** Opening Extracted records block **

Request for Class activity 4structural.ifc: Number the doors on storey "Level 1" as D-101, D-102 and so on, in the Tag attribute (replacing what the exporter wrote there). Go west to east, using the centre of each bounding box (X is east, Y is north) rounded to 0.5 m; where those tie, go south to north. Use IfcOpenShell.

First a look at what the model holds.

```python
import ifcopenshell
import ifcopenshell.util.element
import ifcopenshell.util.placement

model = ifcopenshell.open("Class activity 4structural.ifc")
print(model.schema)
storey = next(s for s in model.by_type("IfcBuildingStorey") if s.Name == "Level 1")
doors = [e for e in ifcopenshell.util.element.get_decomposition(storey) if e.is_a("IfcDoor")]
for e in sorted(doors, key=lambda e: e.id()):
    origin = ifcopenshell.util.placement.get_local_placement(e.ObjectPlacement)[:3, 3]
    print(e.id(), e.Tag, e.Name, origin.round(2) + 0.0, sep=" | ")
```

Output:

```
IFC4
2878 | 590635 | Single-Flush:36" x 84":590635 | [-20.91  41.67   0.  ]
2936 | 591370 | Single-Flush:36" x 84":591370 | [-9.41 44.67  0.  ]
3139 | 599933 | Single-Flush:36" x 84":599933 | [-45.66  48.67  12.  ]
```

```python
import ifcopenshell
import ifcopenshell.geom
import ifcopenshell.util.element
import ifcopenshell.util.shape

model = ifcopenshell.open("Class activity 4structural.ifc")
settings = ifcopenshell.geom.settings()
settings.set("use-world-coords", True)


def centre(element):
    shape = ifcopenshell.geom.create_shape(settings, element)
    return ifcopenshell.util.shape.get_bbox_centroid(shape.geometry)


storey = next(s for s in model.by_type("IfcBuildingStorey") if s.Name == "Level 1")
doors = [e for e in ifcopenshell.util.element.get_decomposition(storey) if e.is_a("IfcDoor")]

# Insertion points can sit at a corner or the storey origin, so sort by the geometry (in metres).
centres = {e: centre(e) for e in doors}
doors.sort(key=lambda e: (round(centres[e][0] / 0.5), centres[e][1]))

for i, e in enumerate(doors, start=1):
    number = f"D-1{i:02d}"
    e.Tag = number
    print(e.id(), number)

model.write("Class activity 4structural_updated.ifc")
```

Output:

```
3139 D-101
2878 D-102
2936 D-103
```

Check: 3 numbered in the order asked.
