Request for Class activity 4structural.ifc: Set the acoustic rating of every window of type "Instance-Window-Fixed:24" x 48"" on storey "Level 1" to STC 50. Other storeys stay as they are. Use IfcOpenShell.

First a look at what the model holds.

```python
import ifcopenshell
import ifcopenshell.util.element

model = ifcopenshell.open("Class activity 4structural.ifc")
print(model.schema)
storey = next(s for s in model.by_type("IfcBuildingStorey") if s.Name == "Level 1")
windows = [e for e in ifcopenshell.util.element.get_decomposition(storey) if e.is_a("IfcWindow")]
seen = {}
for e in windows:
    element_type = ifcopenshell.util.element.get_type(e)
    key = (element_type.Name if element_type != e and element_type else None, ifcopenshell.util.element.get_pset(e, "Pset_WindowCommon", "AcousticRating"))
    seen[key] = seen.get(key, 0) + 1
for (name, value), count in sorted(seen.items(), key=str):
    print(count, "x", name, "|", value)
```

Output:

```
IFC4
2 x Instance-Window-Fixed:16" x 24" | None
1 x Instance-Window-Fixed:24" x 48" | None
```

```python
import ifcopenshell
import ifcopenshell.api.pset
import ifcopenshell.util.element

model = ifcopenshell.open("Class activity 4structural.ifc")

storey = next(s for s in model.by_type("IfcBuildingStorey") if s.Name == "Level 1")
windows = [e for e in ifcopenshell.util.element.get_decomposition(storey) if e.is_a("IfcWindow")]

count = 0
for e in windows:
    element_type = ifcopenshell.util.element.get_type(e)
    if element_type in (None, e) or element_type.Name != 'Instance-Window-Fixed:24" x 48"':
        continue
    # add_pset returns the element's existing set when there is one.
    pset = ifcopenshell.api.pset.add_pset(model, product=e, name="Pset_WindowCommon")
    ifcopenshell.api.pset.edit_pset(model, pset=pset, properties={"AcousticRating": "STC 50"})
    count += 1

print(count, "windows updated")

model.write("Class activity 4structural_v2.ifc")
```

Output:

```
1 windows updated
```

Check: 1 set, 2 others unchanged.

** Closing Extracted records block **

- _What is expected_: Looking at the listing above, how many of its lines contain the string "Single"? Give the number alone.

- _Response area_: 3